After rebooting into Bridge mode, the unit came up on my Mac with the Telstra 4G IP address attached directly to my Mac, fully automatically – exactly what I wanted to see. Zero configuration, and 192.168.x.x network is gone (so it is not, in any sense, ‘in the way’).

Ubiquiti SFP Ethernet Transceiver Module (for the WAN2 port)

When connecting the UDM-Pro to an Internet link, the primary port (designated “WAN(1)” must to be physical port #9. It cannot be any other port on the device (at least, not without behind-the-scenes internal configuration hackery I didn’t want or need to undertake).

Port 9 is a Gig-E port, so that is easily used to connect to (in my case) an Aussie Broadband NBN based Internet service.

In one site, I’m using an Aussie Broadband HFC connection which is direct plug-and-play – literally plug in a patch lead between port 9 on the UDM-Pro and the back of the Arris HFC modem supplied by NBNCo, and the Internet link ‘just works’… zero setup, zero complication. Just instant Internet. Win!

The WAN2 port (failover) port on the UDM-Pro is also a locked-in thing – it has to be Port 10.

As it happens, Port 10 is an SFP socket, not a Gig-E port.

What you need to buy to deal with that is a “Ubiquiti RJ45 – SFP Transceiver Module , SFP to RJ45 1G”

This module, available for $27 from Wireless4Now, plugs into the SFP socket on the UDM-Pro and turns that SFP socket into a standard RJ45 Gig-E port.

High Performance Outdoor 4G / LTE MIMO Antenna Set (optional)

In one site, in a city location, no external 4G antenna was needed with the LB2120 for entirely acceptable performance (30 megabits per second plus – entirely good enough for a failover link!)

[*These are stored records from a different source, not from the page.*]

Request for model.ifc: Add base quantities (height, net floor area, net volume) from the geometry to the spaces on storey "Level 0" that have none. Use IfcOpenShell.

First a look at what the model holds.

```python
import ifcopenshell
import ifcopenshell.util.element
import ifcopenshell.util.unit

model = ifcopenshell.open("model.ifc")
print(model.schema)
for unit_type in ("LENGTHUNIT", "AREAUNIT", "VOLUMEUNIT"):
    print(unit_type, ifcopenshell.util.unit.calculate_unit_scale(model, unit_type))
storey = next(s for s in model.by_type("IfcBuildingStorey") if s.Name == "Level 0")
spaces = [e for e in ifcopenshell.util.element.get_decomposition(storey) if e.is_a("IfcSpace")]
for e in sorted(spaces, key=lambda e: e.id()):
    print(e.id(), e.is_a(), e.Name, list(ifcopenshell.util.element.get_psets(e, qtos_only=True)), sep=" | ")
```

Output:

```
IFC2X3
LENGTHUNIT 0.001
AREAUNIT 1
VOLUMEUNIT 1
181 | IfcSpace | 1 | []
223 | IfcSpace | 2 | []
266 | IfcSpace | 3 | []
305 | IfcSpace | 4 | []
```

```python
import ifcopenshell
import ifcopenshell.api.pset
import ifcopenshell.geom
import ifcopenshell.util.element
import ifcopenshell.util.shape
import ifcopenshell.util.unit

model = ifcopenshell.open("model.ifc")
unit_scale = ifcopenshell.util.unit.calculate_unit_scale(model)
area_scale = ifcopenshell.util.unit.calculate_unit_scale(model, "AREAUNIT")
volume_scale = ifcopenshell.util.unit.calculate_unit_scale(model, "VOLUMEUNIT")
settings = ifcopenshell.geom.settings()

storey = next(s for s in model.by_type("IfcBuildingStorey") if s.Name == "Level 0")
spaces = [e for e in ifcopenshell.util.element.get_decomposition(storey) if e.is_a("IfcSpace")]

for e in sorted(spaces, key=lambda e: e.id()):
    if ifcopenshell.util.element.get_psets(e, qtos_only=True, should_inherit=False):
        continue
    # Geometry comes back in metres, in the element's own axes.
    shape = ifcopenshell.geom.create_shape(settings, e)
    values = {
        "Height": ifcopenshell.util.shape.get_z(shape.geometry) / unit_scale,
        "NetFloorArea": ifcopenshell.util.shape.get_footprint_area(shape.geometry) / area_scale,
        "NetVolume": ifcopenshell.util.shape.get_volume(shape.geometry) / volume_scale,
    }
    qto = ifcopenshell.api.pset.add_qto(model, product=e, name="BaseQuantities")
    ifcopenshell.api.pset.edit_qto(model, qto=qto, properties=values)
    print(e.id(), {k: round(v, 3) for k, v in values.items()})

model.write("model-out.ifc")
```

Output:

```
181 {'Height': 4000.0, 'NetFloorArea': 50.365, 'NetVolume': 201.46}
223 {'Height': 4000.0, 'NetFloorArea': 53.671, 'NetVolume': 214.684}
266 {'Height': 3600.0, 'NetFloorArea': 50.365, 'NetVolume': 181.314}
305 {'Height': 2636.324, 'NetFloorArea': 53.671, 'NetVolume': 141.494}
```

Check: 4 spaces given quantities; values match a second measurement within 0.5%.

In another (regional) site I’ve deployed this equipment into, however, the 4G tower site is several kilometres away (and the networking gear is in an outdoor metal cabinet). There is good line of sight, but at this sort of distance a simple omni-directional antenna doesn’t cut the mustard to get decent performance – its time to bring out the big guns.

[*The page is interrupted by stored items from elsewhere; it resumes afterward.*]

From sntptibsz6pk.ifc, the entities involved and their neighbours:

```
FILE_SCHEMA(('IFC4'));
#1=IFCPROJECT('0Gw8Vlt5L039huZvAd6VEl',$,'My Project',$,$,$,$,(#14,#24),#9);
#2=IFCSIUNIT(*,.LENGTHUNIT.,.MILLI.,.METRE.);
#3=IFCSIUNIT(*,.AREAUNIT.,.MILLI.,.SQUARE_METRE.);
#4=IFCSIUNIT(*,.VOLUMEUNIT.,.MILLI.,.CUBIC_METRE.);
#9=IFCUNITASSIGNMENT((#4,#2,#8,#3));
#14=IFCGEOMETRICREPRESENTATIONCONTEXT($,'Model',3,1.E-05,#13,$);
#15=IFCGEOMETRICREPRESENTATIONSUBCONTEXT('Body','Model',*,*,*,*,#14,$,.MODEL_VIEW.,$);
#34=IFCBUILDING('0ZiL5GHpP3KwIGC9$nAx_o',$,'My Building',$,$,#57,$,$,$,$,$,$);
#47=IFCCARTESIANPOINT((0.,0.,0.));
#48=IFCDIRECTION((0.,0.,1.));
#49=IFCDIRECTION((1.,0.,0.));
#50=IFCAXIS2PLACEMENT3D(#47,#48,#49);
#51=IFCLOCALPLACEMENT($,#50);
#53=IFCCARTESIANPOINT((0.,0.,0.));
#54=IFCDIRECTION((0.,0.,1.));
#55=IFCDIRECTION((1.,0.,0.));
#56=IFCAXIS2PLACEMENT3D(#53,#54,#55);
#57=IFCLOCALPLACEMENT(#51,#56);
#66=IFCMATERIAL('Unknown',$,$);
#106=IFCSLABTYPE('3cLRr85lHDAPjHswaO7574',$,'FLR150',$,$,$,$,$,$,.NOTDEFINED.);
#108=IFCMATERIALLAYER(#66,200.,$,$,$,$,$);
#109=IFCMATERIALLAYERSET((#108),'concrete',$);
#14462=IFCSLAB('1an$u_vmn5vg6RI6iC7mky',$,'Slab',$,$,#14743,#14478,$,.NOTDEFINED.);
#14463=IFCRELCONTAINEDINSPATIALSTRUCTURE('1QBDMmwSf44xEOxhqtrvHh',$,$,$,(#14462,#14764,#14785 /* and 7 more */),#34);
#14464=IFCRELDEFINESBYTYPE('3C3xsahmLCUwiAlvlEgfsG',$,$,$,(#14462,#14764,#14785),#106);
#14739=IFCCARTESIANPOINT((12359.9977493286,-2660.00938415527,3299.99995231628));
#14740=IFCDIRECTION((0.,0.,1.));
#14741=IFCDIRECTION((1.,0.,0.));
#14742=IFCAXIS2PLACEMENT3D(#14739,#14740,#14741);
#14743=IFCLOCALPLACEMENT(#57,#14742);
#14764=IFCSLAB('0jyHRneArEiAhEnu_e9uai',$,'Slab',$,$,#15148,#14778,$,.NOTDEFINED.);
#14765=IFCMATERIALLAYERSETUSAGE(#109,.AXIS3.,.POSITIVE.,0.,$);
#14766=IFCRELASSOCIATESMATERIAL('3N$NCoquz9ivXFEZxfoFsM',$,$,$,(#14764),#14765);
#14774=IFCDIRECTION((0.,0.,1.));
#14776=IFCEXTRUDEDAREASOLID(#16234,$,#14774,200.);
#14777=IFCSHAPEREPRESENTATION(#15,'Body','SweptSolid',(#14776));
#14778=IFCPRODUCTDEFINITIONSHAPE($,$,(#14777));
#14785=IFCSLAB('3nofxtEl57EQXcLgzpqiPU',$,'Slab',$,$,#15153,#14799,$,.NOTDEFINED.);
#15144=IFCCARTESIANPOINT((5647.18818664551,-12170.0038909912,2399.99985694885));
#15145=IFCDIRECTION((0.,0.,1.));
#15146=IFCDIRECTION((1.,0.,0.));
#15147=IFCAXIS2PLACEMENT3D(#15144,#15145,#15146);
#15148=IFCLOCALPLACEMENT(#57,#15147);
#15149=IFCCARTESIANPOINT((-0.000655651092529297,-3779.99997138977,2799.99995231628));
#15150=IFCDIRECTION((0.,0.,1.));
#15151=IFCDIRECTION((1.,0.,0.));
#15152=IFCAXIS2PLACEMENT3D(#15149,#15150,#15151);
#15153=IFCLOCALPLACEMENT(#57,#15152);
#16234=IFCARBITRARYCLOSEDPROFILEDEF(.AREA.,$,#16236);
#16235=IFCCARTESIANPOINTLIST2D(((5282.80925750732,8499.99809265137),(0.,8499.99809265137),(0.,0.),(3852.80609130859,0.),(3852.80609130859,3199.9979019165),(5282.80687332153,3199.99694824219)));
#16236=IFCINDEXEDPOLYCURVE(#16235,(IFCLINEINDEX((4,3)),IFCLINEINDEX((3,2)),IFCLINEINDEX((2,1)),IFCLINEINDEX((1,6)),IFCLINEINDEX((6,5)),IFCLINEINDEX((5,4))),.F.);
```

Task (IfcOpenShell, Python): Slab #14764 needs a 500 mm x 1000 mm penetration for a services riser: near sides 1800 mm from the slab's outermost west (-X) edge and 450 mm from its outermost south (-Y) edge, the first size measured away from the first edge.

```python
import numpy as np
import ifcopenshell
import ifcopenshell.api.feature
import ifcopenshell.api.geometry
import ifcopenshell.api.root
import ifcopenshell.geom
import ifcopenshell.util.placement
import ifcopenshell.util.representation
import ifcopenshell.util.shape
import ifcopenshell.util.unit

model = ifcopenshell.open("sntptibsz6pk.ifc")
unit_scale = ifcopenshell.util.unit.calculate_unit_scale(model)
settings = ifcopenshell.geom.settings()


def volume(element):
    """Net volume in cubic metres, openings subtracted."""
    shape = ifcopenshell.geom.create_shape(settings, element)
    return ifcopenshell.util.shape.get_volume(shape.geometry)


slab = model.by_guid("0jyHRneArEiAhEnu_e9uai")
before = volume(slab)

# Extent in the slab's own axes, in metres. The edges named are its -X and -Y sides.
slab_shape = ifcopenshell.geom.create_shape(settings, slab)
vertices = ifcopenshell.util.shape.get_vertices(slab_shape.geometry)
x_min, y_min, bottom = vertices.min(axis=0)
top = vertices[:, 2].max()

opening = ifcopenshell.api.root.create_entity(model, ifc_class="IfcOpeningElement", name="Services riser opening", predefined_type="OPENING")
context = ifcopenshell.util.representation.get_context(model, "Model", "Body", "MODEL_VIEW")
width, depth = 0.5, 1
outline = [(0.0, 0.0), (width, 0.0), (width, depth), (0.0, depth), (0.0, 0.0)]
# Overshoot both faces by 50 mm so the cut is clean.
shape = ifcopenshell.api.geometry.add_slab_representation(
    model, context=context, depth=top - bottom + 0.1, polyline=outline
)
ifcopenshell.api.geometry.assign_representation(model, product=opening, representation=shape)

matrix = ifcopenshell.util.placement.get_local_placement(slab.ObjectPlacement)
matrix[:, 3] = matrix @ np.append(np.array([x_min + 1.8, y_min + 0.45, bottom - 0.05]) / unit_scale, 1.0)
ifcopenshell.api.geometry.edit_object_placement(model, product=opening, matrix=matrix, is_si=False)
ifcopenshell.api.feature.add_feature(model, feature=opening, element=slab)

after = volume(slab)

print(f"slab volume {before:.3f} -> {after:.3f} m3")

model.write("sntptibsz6pk_updated.ifc")
```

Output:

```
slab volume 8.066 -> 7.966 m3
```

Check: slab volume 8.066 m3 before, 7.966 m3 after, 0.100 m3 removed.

After many false starts, I have found a specific antenna and cable combination that rocks. It is not cheap, but… boy does it work. It took my 4G site performance from 1 bar to 5 bars. It took the real world performance up from around 8-10 megabits per second into the 60-70 Megabit per second range (!).

The antenna kit that did the trick for me is a properly aligned (2 x 45 degree offset) pair of serious Yagi antennas, a suitable mount to achieve that alignment, a backhaul cable, and a 2 x TS9 adaptor tail set to suit the NetGear LB 2120’s on-board TS-9 sockets.

This setup is not cheap – running to a bit more than $600, from RFShop in Adelaide.

It is, however, absolutely worth it if you want to maximise your regional link performance, and the outcome, for me, was a dramatic improvement. This was achieved after multiple attempts with less ‘serious’ antenna sets (that either did nothing for me, or in some cases actually made the performance substantially worse)

The one other item that was helpful in mounting that Yagi combination (which is quite heavy) was a short ‘TV’ antenna mounting bracket, that turned out to be perfect for the job, for another A$27 from Bunnings Aerospace 🙂

Configuration

Configuration of the failover path was trivial – due to using equipment that ‘just works’ 🙂

Indeed, it was totally plug-and-play. I just inserted the SFP module, plugged the Netgear device in (after first testing on my Mac as noted above), and that was it.

On the UniFI web interface, I selected the UDM-Pro and checked the characteristics for WAN2… bingo, already up and running!

Testing?

That is as simple as unplugging the primary (NBN) cable, observing that the Internet keeps right on going, and doing some speed tests to compare-and-contrast. When done, plug the NBN cable back in.